Assignment =
Find the line with "#4=IFCGEOMETRICREPRESENTATIONCONTEXT($,'Model',3,0.001,#2,#3);" in the entries below, then reproduce it and every line after it down to and including the line with "#30=IFCLOCALPLACEMENT(#11,#2);", exactly.

Extracted material =

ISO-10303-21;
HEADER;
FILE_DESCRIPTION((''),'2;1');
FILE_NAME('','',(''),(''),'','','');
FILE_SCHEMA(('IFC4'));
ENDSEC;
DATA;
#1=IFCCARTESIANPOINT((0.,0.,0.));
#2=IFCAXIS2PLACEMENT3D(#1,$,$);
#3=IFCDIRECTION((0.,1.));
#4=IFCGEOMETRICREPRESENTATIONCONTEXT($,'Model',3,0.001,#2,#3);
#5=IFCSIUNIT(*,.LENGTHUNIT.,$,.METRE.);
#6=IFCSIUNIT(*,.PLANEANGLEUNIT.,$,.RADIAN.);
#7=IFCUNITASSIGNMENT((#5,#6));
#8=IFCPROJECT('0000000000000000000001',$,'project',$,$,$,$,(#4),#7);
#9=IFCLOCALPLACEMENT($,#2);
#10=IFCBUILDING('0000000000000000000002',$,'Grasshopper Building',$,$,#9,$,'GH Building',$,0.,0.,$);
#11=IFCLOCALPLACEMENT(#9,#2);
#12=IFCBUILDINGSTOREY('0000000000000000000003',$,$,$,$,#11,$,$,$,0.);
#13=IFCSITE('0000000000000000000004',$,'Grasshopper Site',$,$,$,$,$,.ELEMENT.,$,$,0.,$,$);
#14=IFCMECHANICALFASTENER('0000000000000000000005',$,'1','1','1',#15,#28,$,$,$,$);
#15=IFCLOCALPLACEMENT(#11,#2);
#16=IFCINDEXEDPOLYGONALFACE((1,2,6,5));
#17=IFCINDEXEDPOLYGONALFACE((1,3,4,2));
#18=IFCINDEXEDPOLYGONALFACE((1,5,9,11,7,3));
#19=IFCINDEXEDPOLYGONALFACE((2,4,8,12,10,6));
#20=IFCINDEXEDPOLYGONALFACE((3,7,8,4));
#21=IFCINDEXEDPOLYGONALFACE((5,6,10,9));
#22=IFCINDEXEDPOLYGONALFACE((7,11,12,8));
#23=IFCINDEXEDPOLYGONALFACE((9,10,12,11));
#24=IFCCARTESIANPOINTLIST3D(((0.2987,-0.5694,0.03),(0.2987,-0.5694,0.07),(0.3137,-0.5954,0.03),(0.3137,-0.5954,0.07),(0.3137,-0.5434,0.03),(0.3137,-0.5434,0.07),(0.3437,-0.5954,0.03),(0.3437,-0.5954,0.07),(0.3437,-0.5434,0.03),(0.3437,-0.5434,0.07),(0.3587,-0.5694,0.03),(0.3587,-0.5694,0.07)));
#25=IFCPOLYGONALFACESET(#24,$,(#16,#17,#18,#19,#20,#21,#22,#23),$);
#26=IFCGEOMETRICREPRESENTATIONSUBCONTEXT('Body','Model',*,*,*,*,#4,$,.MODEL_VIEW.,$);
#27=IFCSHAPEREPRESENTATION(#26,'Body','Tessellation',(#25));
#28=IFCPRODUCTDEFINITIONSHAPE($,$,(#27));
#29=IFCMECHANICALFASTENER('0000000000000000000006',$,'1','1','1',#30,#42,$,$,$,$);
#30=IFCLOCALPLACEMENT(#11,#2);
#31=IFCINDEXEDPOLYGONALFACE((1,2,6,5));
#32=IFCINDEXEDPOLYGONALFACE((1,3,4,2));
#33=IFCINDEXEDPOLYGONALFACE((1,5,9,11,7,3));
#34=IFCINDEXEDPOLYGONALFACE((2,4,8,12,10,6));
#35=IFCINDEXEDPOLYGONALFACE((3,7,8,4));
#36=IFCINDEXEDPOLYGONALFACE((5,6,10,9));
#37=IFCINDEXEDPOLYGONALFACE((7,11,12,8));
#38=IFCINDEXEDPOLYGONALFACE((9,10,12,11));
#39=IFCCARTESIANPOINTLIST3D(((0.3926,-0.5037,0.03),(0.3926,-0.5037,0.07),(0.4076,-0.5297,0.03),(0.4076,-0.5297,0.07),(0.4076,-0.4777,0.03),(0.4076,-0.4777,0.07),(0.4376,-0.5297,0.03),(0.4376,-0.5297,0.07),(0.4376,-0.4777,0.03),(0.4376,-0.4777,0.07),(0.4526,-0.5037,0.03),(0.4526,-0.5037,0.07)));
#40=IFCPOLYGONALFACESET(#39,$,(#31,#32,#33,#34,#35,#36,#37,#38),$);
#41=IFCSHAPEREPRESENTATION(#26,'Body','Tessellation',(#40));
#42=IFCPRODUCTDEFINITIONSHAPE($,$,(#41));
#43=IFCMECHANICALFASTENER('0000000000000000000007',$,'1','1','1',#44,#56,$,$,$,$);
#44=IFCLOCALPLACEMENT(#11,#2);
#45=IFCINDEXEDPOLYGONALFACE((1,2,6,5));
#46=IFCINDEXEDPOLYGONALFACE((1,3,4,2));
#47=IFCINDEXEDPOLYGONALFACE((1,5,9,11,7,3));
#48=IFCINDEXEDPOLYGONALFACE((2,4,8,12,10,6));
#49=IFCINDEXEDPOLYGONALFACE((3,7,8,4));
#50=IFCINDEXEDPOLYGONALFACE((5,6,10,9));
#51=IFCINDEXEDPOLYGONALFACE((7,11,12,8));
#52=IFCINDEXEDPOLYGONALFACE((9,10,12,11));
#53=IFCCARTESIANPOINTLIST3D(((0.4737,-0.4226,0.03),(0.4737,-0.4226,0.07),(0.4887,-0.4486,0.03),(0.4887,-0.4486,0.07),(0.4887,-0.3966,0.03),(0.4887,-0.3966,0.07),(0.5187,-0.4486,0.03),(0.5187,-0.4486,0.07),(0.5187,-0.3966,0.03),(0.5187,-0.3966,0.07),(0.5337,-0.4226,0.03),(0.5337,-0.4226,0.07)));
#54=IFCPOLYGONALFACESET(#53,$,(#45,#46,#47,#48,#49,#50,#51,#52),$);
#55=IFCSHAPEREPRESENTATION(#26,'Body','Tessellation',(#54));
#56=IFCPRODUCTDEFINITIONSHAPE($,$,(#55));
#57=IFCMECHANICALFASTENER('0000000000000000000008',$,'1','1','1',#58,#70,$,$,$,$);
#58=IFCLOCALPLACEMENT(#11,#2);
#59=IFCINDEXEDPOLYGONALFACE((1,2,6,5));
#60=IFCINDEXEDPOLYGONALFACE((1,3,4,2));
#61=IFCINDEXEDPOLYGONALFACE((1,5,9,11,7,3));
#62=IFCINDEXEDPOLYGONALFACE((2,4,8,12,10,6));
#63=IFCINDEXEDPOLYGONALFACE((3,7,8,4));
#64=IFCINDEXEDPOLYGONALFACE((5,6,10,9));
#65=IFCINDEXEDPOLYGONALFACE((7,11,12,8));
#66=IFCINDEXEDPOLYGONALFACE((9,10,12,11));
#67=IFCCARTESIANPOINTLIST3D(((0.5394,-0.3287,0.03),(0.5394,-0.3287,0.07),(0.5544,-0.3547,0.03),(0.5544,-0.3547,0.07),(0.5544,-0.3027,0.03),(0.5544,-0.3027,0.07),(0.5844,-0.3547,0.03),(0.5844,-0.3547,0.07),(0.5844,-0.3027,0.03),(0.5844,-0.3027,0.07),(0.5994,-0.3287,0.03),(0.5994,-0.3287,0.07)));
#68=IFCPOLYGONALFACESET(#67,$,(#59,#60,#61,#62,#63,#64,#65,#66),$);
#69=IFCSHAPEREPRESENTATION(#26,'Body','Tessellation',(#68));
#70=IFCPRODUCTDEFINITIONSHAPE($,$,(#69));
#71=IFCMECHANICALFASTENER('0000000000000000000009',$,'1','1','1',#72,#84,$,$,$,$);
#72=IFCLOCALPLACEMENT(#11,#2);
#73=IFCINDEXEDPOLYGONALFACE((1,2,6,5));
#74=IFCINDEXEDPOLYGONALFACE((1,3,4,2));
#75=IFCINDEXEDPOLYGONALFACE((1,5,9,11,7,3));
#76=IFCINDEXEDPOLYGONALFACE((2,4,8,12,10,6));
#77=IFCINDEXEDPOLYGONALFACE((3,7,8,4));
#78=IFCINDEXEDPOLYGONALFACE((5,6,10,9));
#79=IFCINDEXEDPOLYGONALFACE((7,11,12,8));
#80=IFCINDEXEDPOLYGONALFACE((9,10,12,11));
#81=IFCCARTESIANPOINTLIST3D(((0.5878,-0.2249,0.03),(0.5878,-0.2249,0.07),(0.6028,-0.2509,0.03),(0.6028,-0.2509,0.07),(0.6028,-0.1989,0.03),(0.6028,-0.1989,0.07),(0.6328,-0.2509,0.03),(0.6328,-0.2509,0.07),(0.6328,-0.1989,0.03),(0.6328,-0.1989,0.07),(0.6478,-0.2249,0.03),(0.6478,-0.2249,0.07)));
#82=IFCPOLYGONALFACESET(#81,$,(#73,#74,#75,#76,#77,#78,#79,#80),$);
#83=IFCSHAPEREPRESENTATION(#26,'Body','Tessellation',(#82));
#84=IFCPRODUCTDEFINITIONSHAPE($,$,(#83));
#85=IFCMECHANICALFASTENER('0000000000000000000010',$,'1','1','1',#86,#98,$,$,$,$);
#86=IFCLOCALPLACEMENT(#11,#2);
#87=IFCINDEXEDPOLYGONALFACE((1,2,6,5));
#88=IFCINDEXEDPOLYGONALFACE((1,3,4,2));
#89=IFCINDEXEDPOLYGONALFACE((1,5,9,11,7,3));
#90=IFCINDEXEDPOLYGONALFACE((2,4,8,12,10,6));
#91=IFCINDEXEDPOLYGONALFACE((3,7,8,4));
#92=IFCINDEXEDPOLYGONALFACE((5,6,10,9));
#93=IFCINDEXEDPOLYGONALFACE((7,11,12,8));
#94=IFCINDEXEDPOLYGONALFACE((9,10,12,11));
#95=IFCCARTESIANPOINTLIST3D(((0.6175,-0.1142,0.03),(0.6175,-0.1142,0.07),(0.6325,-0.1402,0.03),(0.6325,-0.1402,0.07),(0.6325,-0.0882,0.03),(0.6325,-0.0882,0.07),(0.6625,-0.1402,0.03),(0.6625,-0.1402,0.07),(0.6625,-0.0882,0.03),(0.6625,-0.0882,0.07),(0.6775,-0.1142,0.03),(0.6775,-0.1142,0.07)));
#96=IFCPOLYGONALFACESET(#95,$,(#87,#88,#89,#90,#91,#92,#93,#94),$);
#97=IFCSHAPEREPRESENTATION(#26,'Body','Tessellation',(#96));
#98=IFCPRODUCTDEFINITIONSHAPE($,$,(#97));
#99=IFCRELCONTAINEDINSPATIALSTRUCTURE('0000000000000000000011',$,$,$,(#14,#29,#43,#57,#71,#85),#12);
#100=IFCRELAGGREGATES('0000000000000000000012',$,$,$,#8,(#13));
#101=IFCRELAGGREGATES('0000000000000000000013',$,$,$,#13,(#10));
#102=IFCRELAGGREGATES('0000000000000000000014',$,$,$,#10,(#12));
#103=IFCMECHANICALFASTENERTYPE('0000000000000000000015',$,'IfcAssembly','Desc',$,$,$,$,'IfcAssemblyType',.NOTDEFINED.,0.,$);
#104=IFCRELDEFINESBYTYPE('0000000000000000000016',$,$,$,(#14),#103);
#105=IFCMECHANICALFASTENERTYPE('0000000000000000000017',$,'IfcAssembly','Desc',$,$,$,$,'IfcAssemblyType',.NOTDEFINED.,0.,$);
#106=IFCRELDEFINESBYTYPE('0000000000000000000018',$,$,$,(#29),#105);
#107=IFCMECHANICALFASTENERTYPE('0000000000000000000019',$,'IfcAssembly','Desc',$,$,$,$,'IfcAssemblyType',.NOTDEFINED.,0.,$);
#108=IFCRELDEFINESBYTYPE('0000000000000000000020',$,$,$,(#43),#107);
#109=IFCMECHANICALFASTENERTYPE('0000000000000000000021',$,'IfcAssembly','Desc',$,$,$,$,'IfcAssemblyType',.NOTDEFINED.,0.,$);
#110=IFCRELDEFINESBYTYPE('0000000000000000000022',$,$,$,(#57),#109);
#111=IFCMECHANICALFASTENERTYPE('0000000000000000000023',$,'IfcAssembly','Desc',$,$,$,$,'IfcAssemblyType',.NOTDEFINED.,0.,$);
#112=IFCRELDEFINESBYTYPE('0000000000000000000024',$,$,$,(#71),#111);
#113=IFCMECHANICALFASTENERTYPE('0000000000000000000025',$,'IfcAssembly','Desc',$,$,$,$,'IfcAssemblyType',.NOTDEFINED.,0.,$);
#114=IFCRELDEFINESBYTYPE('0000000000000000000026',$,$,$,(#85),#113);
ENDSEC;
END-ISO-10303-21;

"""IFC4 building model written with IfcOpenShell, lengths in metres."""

from ifc_helpers import new_model, si_unit, direction, frame, origin, place, context, subcontext, project, spatial, indexed_curve, outline, extrude, source, transform, mapped, type_object, type_shapes, element, save


model = new_model("IFC4")

# Units and contexts
model_context = context("Model", 3, precision=0.001, world=origin(), true_north=direction((0.0, 1.0)))
body_context = subcontext(model_context, "Body", "Model", "MODEL_VIEW")
ifc_project = project(units=[si_unit("LENGTHUNIT", "METRE"), si_unit("PLANEANGLEUNIT", "RADIAN")], contexts=[model_context])

# Site, building, storey
site = spatial("IfcSite", under=ifc_project, Name="Grasshopper Site", CompositionType="ELEMENT", RefElevation=0.0)
building_placement = place(None, origin())
building = spatial("IfcBuilding", under=site, at=building_placement, Name="Grasshopper Building", LongName="GH Building", ElevationOfRefHeight=0.0, ElevationOfTerrain=0.0)
storey_placement = place(building_placement, origin())
storey = spatial("IfcBuildingStorey", under=building, at=storey_placement, Elevation=0.0)

# Mechanical fasteners
mechanical_fastener_type_1 = type_object("IfcMechanicalFastenerType", Name="IfcAssembly", Description="Desc", ElementType="IfcAssemblyType", NominalDiameter=0.0)
shared_shape_1 = source(origin(), body_context, "Body", "SweptSolid", [
    extrude(outline(indexed_curve([(0.03, 0.0), (0.015, 0.026), (-0.015, 0.026), (-0.03, 0.0), (-0.015, -0.026), (0.015, -0.026), (0.03, 0.0)])), frame((0.3287, -0.5694, 0.03)), (0.0, 0.0, 1.0), 0.04),
])
type_shapes(mechanical_fastener_type_1, [shared_shape_1])
mechanical_fastener_1_placement = place(storey_placement, origin())
element("IfcMechanicalFastener", 1, at=mechanical_fastener_1_placement, inside=storey, type_object=mechanical_fastener_type_1, Name="1", Description="1", ObjectType="1", context=body_context, shape_type="MappedRepresentation", body=[
    mapped(shared_shape_1, transform((0.0, 0.0, 0.0), scale=1.0)),
])
mechanical_fastener_type_2 = type_object("IfcMechanicalFastenerType", Name="IfcAssembly", Description="Desc", ElementType="IfcAssemblyType", NominalDiameter=0.0)
shared_shape_2 = source(origin(), body_context, "Body", "SweptSolid", [
    extrude(outline(indexed_curve([(0.03, 0.0), (0.015, 0.026), (-0.015, 0.026), (-0.03, 0.0), (-0.015, -0.026), (0.015, -0.026), (0.03, 0.0)])), frame((0.4226, -0.5037, 0.03)), (0.0, 0.0, 1.0), 0.04),
])
type_shapes(mechanical_fastener_type_2, [shared_shape_2])
mechanical_fastener_2_placement = place(storey_placement, origin())
element("IfcMechanicalFastener", 2, at=mechanical_fastener_2_placement, inside=storey, type_object=mechanical_fastener_type_2, Name="1", Description="1", ObjectType="1", context=body_context, shape_type="MappedRepresentation", body=[
    mapped(shared_shape_2, transform((0.0, 0.0, 0.0), scale=1.0)),
])
mechanical_fastener_type_3 = type_object("IfcMechanicalFastenerType", Name="IfcAssembly", Description="Desc", ElementType="IfcAssemblyType", NominalDiameter=0.0)
shared_shape_3 = source(origin(), body_context, "Body", "SweptSolid", [
    extrude(outline(indexed_curve([(0.03, 0.0), (0.015, 0.026), (-0.015, 0.026), (-0.03, 0.0), (-0.015, -0.026), (0.015, -0.026), (0.03, 0.0)])), frame((0.5037, -0.4226, 0.03)), (0.0, 0.0, 1.0), 0.04),
])
type_shapes(mechanical_fastener_type_3, [shared_shape_3])
mechanical_fastener_3_placement = place(storey_placement, origin())
element("IfcMechanicalFastener", 3, at=mechanical_fastener_3_placement, inside=storey, type_object=mechanical_fastener_type_3, Name="1", Description="1", ObjectType="1", context=body_context, shape_type="MappedRepresentation", body=[
    mapped(shared_shape_3, transform((0.0, 0.0, 0.0), scale=1.0)),
])
mechanical_fastener_type_4 = type_object("IfcMechanicalFastenerType", Name="IfcAssembly", Description="Desc", ElementType="IfcAssemblyType", NominalDiameter=0.0)
shared_shape_4 = source(origin(), body_context, "Body", "SweptSolid", [
    extrude(outline(indexed_curve([(0.03, 0.0), (0.015, 0.026), (-0.015, 0.026), (-0.03, 0.0), (-0.015, -0.026), (0.015, -0.026), (0.03, 0.0)])), frame((0.5694, -0.3287, 0.03)), (0.0, 0.0, 1.0), 0.04),
])
type_shapes(mechanical_fastener_type_4, [shared_shape_4])
mechanical_fastener_4_placement = place(storey_placement, origin())
element("IfcMechanicalFastener", 4, at=mechanical_fastener_4_placement, inside=storey, type_object=mechanical_fastener_type_4, Name="1", Description="1", ObjectType="1", context=body_context, shape_type="MappedRepresentation", body=[
    mapped(shared_shape_4, transform((0.0, 0.0, 0.0), scale=1.0)),
])
mechanical_fastener_type_5 = type_object("IfcMechanicalFastenerType", Name="IfcAssembly", Description="Desc", ElementType="IfcAssemblyType", NominalDiameter=0.0)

Expected answer =
#4=IFCGEOMETRICREPRESENTATIONCONTEXT($,'Model',3,0.001,#2,#3);
#5=IFCSIUNIT(*,.LENGTHUNIT.,$,.METRE.);
#6=IFCSIUNIT(*,.PLANEANGLEUNIT.,$,.RADIAN.);
#7=IFCUNITASSIGNMENT((#5,#6));
#8=IFCPROJECT('0000000000000000000001',$,'project',$,$,$,$,(#4),#7);
#9=IFCLOCALPLACEMENT($,#2);
#10=IFCBUILDING('0000000000000000000002',$,'Grasshopper Building',$,$,#9,$,'GH Building',$,0.,0.,$);
#11=IFCLOCALPLACEMENT(#9,#2);
#12=IFCBUILDINGSTOREY('0000000000000000000003',$,$,$,$,#11,$,$,$,0.);
#13=IFCSITE('0000000000000000000004',$,'Grasshopper Site',$,$,$,$,$,.ELEMENT.,$,$,0.,$,$);
#14=IFCMECHANICALFASTENER('0000000000000000000005',$,'1','1','1',#15,#28,$,$,$,$);
#15=IFCLOCALPLACEMENT(#11,#2);
#16=IFCINDEXEDPOLYGONALFACE((1,2,6,5));
#17=IFCINDEXEDPOLYGONALFACE((1,3,4,2));
#18=IFCINDEXEDPOLYGONALFACE((1,5,9,11,7,3));
#19=IFCINDEXEDPOLYGONALFACE((2,4,8,12,10,6));
#20=IFCINDEXEDPOLYGONALFACE((3,7,8,4));
#21=IFCINDEXEDPOLYGONALFACE((5,6,10,9));
#22=IFCINDEXEDPOLYGONALFACE((7,11,12,8));
#23=IFCINDEXEDPOLYGONALFACE((9,10,12,11));
#24=IFCCARTESIANPOINTLIST3D(((0.2987,-0.5694,0.03),(0.2987,-0.5694,0.07),(0.3137,-0.5954,0.03),(0.3137,-0.5954,0.07),(0.3137,-0.5434,0.03),(0.3137,-0.5434,0.07),(0.3437,-0.5954,0.03),(0.3437,-0.5954,0.07),(0.3437,-0.5434,0.03),(0.3437,-0.5434,0.07),(0.3587,-0.5694,0.03),(0.3587,-0.5694,0.07)));
#25=IFCPOLYGONALFACESET(#24,$,(#16,#17,#18,#19,#20,#21,#22,#23),$);
#26=IFCGEOMETRICREPRESENTATIONSUBCONTEXT('Body','Model',*,*,*,*,#4,$,.MODEL_VIEW.,$);
#27=IFCSHAPEREPRESENTATION(#26,'Body','Tessellation',(#25));
#28=IFCPRODUCTDEFINITIONSHAPE($,$,(#27));
#29=IFCMECHANICALFASTENER('0000000000000000000006',$,'1','1','1',#30,#42,$,$,$,$);
#30=IFCLOCALPLACEMENT(#11,#2);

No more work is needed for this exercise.